Video and Trivia for Fun and Profit

Video and Trivia for Fun and Profit

By Rob Johnson

The use of video has changed our lives. MTV has often been credited with changing modern culture. Did "Video Kill the Radio Star?" I don't know. But I do know it has really enhanced the DJ business in many ways.

From a game show or trivia stand point, the advancements in the use of video have been dramatic. For example, the company I represent, DigiGames, has integrated video with its games and greatly increased their "wow factor." The Internet is a wonderful source for great video clips. Combine the two and you have VIDEO TRIVIA--a great way to have a lot of fun making MidWeek Money.

Name-that-video is a popular concept used by many DigiGames users, especially in the Jeopardy format. People can guess the year that the video was released. You can ask people to identify the singer or guitarist, what the song about, what style of music it is and lots of other questions about an abundance of videos. In addition to music videos, I find that movie clips are a great part of the game. Not only do they challenge the contestant but they entertain the audience. Every time I use the "Fat Guy in a Little Coat" clip from Tommy Boy with Chris Farley, the audience ends up roaring.

You can also capture TV commercials, play a clip and have people determine the product the commercial relates to. This can also be applied to movie clips. Play a clip of a movie and ask what year it was released, who played the lead role or what the title is.

Minute-to-Win-It-style games are really popular right now and a great way to pitch you services to your client. Download videos from YouTube and add them into a system like DigiGames' Trivia Board and use the video challenges for your own minute-to-win-it games. This brings a whole new level of interaction to your events.


So you only do weddings. You don't mess with the Midweek Money events. No problem.

Get video of your bride and groom asking the questions or doing something. Have the bridesmaids and groomsmen answer the 30 Q's that the bride and groom were videotaped asking. What a great tool for adding a personal touch to the wedding! Another twist is to video bridesmaids and groomsmen asking questions about love, relationships, marriage, and have the bride and groom go head-to-head to answer the video questions. Get the in-laws involved and you will create lasting memories that the families will rave about for years.

An old favorite of mine is the Newlywed Game. Have husbands make statements on video that are used in a newlywed type game format. Then ask the wives the questions and play videos and compare answers. Answers that match earn points. Use your creativity to adapt these ideas to your style.

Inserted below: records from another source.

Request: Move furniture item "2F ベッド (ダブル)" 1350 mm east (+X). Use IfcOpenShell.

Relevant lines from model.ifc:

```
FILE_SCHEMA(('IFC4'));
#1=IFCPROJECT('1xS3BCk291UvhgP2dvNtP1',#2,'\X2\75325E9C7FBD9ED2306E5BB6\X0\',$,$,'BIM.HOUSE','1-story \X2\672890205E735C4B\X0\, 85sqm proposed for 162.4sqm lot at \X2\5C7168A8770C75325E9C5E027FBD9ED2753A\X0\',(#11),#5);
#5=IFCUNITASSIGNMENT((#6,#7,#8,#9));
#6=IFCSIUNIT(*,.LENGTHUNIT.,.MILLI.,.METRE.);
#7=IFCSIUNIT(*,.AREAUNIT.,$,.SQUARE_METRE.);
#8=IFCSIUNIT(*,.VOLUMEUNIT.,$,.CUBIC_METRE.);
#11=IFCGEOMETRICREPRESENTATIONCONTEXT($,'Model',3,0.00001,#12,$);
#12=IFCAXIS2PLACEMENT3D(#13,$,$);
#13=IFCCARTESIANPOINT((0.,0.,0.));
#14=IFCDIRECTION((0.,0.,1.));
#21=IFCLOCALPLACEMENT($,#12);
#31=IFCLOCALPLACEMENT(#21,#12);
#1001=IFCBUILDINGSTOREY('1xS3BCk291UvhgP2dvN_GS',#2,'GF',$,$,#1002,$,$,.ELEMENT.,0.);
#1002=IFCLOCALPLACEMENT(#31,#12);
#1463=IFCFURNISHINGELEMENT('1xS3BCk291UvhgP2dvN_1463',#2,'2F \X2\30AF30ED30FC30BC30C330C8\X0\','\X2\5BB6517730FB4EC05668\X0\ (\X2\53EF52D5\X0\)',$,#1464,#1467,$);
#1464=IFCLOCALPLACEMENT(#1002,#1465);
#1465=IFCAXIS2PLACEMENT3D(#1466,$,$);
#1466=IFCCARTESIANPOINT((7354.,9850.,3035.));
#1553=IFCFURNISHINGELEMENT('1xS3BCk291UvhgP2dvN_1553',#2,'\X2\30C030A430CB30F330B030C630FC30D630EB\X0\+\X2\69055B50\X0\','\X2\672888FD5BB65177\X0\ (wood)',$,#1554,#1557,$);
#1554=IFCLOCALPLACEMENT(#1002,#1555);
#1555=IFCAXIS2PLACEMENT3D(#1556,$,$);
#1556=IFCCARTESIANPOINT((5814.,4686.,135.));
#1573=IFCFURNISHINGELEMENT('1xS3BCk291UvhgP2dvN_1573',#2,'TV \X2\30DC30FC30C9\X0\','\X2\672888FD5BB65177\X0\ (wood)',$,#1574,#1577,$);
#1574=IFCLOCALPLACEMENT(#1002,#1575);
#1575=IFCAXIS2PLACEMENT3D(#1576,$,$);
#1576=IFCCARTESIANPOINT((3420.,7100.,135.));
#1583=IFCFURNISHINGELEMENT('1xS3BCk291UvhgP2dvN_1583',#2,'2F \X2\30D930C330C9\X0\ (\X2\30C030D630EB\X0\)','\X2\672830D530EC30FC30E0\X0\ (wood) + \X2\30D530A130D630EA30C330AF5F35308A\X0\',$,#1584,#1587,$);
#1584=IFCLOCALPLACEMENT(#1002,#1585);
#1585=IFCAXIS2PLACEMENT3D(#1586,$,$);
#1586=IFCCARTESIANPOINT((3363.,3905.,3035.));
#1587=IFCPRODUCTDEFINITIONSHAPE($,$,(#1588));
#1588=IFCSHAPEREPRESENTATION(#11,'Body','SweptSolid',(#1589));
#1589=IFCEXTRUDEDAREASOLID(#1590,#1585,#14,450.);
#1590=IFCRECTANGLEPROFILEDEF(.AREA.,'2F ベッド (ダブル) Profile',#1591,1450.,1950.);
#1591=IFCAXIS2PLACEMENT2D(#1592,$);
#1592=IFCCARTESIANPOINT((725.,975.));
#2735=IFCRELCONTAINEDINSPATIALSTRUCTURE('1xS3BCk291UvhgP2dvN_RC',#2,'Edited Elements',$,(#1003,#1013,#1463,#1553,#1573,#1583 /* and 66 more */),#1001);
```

```python
import ifcopenshell
import ifcopenshell.api.geometry
import ifcopenshell.util.placement

model = ifcopenshell.open("model.ifc")

item = model.by_guid("1xS3BCk291UvhgP2dvN_1583")
matrix = ifcopenshell.util.placement.get_local_placement(item.ObjectPlacement)
matrix[0, 3] += 1350.0
ifcopenshell.api.geometry.edit_object_placement(model, product=item, matrix=matrix, is_si=False)

print(ifcopenshell.util.placement.get_local_placement(item.ObjectPlacement).round(3) + 0.0)

model.write("model_v2.ifc")
```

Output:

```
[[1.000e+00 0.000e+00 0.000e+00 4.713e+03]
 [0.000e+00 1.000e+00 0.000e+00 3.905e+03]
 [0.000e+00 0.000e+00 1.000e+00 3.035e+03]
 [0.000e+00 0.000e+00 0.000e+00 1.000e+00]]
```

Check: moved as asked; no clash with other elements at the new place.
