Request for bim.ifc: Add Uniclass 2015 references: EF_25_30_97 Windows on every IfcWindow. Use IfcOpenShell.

First a look at what the model holds.

```python
import ifcopenshell

model = ifcopenshell.open("bim.ifc")
print(model.schema)
print("classifications:", [c.Name for c in model.by_type("IfcClassification")])
for ifc_class in ("IfcDoor", "IfcRoof", "IfcStair", "IfcWall", "IfcWindow"):
    print(ifc_class, len(model.by_type(ifc_class)))
```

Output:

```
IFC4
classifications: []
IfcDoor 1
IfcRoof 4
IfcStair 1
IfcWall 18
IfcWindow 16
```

```python
import ifcopenshell
import ifcopenshell.api.classification

model = ifcopenshell.open("bim.ifc")

system = ifcopenshell.api.classification.add_classification(model, classification="Uniclass 2015")

codes = {
    "IfcWindow": ("EF_25_30_97", "Windows"),
}
for ifc_class, (code, name) in codes.items():
    products = model.by_type(ifc_class)
    ifcopenshell.api.classification.add_reference(
        model, products=products, classification=system, identification=code, name=name
    )
    print(code, len(products))

model.write("bim-out.ifc")
```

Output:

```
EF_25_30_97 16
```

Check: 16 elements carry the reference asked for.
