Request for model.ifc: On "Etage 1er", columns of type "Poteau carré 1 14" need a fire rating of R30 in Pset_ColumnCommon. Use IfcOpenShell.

First a look at what the model holds.

```python
import ifcopenshell
import ifcopenshell.util.element

model = ifcopenshell.open("model.ifc")
print(model.schema)
storey = next(s for s in model.by_type("IfcBuildingStorey") if s.Name == "Etage 1er")
columns = [e for e in ifcopenshell.util.element.get_decomposition(storey) if e.is_a("IfcColumn")]
seen = {}
for e in columns:
    element_type = ifcopenshell.util.element.get_type(e)
    key = (element_type.Name if element_type != e and element_type else None, ifcopenshell.util.element.get_pset(e, "Pset_ColumnCommon", "FireRating"))
    seen[key] = seen.get(key, 0) + 1
for (name, value), count in sorted(seen.items(), key=str):
    print(count, "x", name, "|", value)
```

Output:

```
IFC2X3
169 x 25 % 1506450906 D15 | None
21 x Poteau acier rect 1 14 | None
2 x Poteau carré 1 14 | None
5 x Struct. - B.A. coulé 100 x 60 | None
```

```python
import ifcopenshell
import ifcopenshell.api.pset
import ifcopenshell.util.element

model = ifcopenshell.open("model.ifc")

storey = next(s for s in model.by_type("IfcBuildingStorey") if s.Name == "Etage 1er")
columns = [e for e in ifcopenshell.util.element.get_decomposition(storey) if e.is_a("IfcColumn")]

count = 0
for e in columns:
    element_type = ifcopenshell.util.element.get_type(e)
    if element_type in (None, e) or element_type.Name != "Poteau carré 1 14":
        continue
    # add_pset returns the element's existing set when there is one.
    pset = ifcopenshell.api.pset.add_pset(model, product=e, name="Pset_ColumnCommon")
    ifcopenshell.api.pset.edit_pset(model, pset=pset, properties={"FireRating": "R30"})
    count += 1

print(count, "columns updated")

model.write("model_edited.ifc")
```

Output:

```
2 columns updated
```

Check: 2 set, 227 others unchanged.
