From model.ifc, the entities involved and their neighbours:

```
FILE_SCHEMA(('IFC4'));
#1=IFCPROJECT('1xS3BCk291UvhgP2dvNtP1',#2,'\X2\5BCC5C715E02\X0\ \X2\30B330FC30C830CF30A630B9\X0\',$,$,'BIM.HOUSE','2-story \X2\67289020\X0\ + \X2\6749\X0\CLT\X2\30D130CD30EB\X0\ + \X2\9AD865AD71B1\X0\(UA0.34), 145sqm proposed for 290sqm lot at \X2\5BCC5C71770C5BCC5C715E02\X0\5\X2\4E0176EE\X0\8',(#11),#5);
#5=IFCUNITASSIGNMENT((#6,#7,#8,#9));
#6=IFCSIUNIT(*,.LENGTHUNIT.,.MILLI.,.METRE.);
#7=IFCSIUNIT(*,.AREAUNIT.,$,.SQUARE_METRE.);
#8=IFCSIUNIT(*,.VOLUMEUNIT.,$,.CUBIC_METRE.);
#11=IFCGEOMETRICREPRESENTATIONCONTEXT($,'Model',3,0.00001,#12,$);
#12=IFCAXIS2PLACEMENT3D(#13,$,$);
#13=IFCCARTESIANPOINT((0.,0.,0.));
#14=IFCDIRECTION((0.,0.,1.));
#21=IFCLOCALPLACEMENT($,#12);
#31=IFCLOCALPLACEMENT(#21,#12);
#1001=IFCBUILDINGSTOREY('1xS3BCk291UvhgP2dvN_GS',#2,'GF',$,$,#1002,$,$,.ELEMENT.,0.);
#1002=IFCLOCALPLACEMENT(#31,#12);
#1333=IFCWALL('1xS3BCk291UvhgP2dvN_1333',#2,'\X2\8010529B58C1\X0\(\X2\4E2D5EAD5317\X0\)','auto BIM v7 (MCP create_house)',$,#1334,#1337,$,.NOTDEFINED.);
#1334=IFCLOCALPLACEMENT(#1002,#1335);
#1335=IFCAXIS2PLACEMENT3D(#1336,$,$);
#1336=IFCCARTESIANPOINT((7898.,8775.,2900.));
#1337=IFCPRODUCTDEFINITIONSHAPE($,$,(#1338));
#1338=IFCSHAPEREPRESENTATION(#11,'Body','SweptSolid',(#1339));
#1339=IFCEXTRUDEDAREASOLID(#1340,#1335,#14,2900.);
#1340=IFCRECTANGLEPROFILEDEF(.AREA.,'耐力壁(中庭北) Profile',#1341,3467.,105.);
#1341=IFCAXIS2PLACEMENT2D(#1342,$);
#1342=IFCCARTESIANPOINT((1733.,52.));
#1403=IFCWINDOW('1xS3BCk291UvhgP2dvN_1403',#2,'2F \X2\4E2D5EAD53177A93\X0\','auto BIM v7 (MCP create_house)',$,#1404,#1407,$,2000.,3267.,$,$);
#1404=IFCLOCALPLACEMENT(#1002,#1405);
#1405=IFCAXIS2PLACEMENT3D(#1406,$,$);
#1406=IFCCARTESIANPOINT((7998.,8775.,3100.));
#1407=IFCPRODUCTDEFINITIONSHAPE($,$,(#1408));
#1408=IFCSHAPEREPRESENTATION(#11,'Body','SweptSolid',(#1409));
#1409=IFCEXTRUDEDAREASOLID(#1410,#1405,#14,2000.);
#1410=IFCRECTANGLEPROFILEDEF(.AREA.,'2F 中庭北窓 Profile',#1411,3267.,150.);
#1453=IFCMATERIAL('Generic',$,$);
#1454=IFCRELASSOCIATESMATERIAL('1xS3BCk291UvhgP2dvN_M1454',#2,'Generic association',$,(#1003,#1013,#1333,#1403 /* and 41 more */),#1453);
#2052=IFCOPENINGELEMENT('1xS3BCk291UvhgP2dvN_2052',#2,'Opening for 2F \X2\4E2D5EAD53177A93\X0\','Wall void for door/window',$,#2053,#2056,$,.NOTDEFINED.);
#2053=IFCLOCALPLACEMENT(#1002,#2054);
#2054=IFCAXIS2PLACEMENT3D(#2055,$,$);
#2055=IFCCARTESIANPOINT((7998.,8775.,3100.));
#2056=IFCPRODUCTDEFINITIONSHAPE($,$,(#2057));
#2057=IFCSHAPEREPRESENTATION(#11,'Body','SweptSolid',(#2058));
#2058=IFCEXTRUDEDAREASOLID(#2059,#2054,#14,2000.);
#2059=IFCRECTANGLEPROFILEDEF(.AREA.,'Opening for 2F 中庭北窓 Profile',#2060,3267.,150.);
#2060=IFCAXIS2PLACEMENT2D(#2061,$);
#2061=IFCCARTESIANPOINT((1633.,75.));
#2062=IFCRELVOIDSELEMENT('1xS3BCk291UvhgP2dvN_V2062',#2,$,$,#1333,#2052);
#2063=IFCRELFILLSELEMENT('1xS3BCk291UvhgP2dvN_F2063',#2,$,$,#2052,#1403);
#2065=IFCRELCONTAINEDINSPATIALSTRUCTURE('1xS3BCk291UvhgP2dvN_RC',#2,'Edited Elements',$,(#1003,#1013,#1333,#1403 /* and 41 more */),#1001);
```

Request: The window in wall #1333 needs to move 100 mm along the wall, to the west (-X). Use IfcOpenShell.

```python
import ifcopenshell
import ifcopenshell.api.geometry
import ifcopenshell.util.placement
import ifcopenshell.util.unit

model = ifcopenshell.open("model.ifc")
unit_scale = ifcopenshell.util.unit.calculate_unit_scale(model)

window = model.by_guid("1xS3BCk291UvhgP2dvN_1403")
opening = window.FillsVoids[0].RelatingOpeningElement
wall = opening.VoidsElements[0].RelatingBuildingElement

wall_matrix = ifcopenshell.util.placement.get_local_placement(wall.ObjectPlacement)
shift = wall_matrix[:3, 0] * -0.1 / unit_scale
before = ifcopenshell.util.placement.get_local_placement(window.ObjectPlacement)[:3, 3].copy()

# The window is not placed relative to its opening, so move both.
for product in (opening, window):
    matrix = ifcopenshell.util.placement.get_local_placement(product.ObjectPlacement)
    matrix[:3, 3] += shift
    ifcopenshell.api.geometry.edit_object_placement(model, product=product, matrix=matrix, is_si=False)

after = ifcopenshell.util.placement.get_local_placement(window.ObjectPlacement)[:3, 3]
print("window moved by", (after - before).round(3) + 0.0)

model.write("model_edited.ifc")
```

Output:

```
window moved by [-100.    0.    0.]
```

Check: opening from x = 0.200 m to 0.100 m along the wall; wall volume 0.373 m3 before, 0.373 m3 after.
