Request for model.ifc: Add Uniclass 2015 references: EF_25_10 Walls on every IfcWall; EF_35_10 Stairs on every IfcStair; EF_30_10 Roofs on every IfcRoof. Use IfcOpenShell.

First a look at what the model holds.

```python
import ifcopenshell

model = ifcopenshell.open("model.ifc")
print(model.schema)
print("classifications:", [c.Name for c in model.by_type("IfcClassification")])
for ifc_class in ("IfcDoor", "IfcRoof", "IfcStair", "IfcWall", "IfcWindow"):
    print(ifc_class, len(model.by_type(ifc_class)))
```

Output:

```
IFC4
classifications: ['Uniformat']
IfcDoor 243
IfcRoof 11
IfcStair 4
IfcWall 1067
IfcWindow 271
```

```python
import ifcopenshell
import ifcopenshell.api.classification

model = ifcopenshell.open("model.ifc")

system = ifcopenshell.api.classification.add_classification(model, classification="Uniclass 2015")

codes = {
    "IfcWall": ("EF_25_10", "Walls"),
    "IfcStair": ("EF_35_10", "Stairs"),
    "IfcRoof": ("EF_30_10", "Roofs"),
}
for ifc_class, (code, name) in codes.items():
    products = model.by_type(ifc_class)
    ifcopenshell.api.classification.add_reference(
        model, products=products, classification=system, identification=code, name=name
    )
    print(code, len(products))

model.write("model_updated.ifc")
```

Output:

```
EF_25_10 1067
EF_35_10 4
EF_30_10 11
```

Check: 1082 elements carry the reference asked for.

Corporate events are always my most successful events. Have your client supply video clips from factory or office workers. The video can be of company workers actually asking general trivia questions or a worker can highlight some detail about their life that their fellow co-workers should know about. People LOVE to see themselves in the spotlight. They don't always want to be in front of LIVE audiences, but behind a camera is great.

Be creative: Virtually all smartphones now days have high-resolution cameras that can film stuff on the fly and send it to your PC for immediate use, even right before the start of a show. At your events, utilize this technology to interview guests, faculty, friends, family and create a few questions on the fly. Going the extra mile with your service will set you aside from the competition. It will increase your bookings. It will make you more money.

Sponsorships are something that many performers do not utilize...and thus leave a lot of money on the table. Have a local business supply you their TV or radio commercial. Use the commercial at your events to acknowledge your sponsors before, during or after your show. (I DON'T recommend this for weddings.) I DO recommend you know your client and make sure you are not stepping on any toes or offending anyone. This is great for public performances such as in bars, hotels, resorts and other venues. Many DigiGames users utilize this to generate additional revenue; a going rate is $500 for a six-month span, for two or more shows per week. This adds up, and will increase your bottom line if done right. Imagine securing only four of these sponsorships every year. It could put another $4000 in your pocket.

All of these things can be adapted to fit your style. If you know where to look and are willing to put in the effort and time, there is a ton of Midweek Money out there.

I hope you will come see my seminar at MBLV 2012. I love sharing ideas and learning from all the creative people in this industry. Video may have killed the radio star...but it definitely enhanced the DJ business.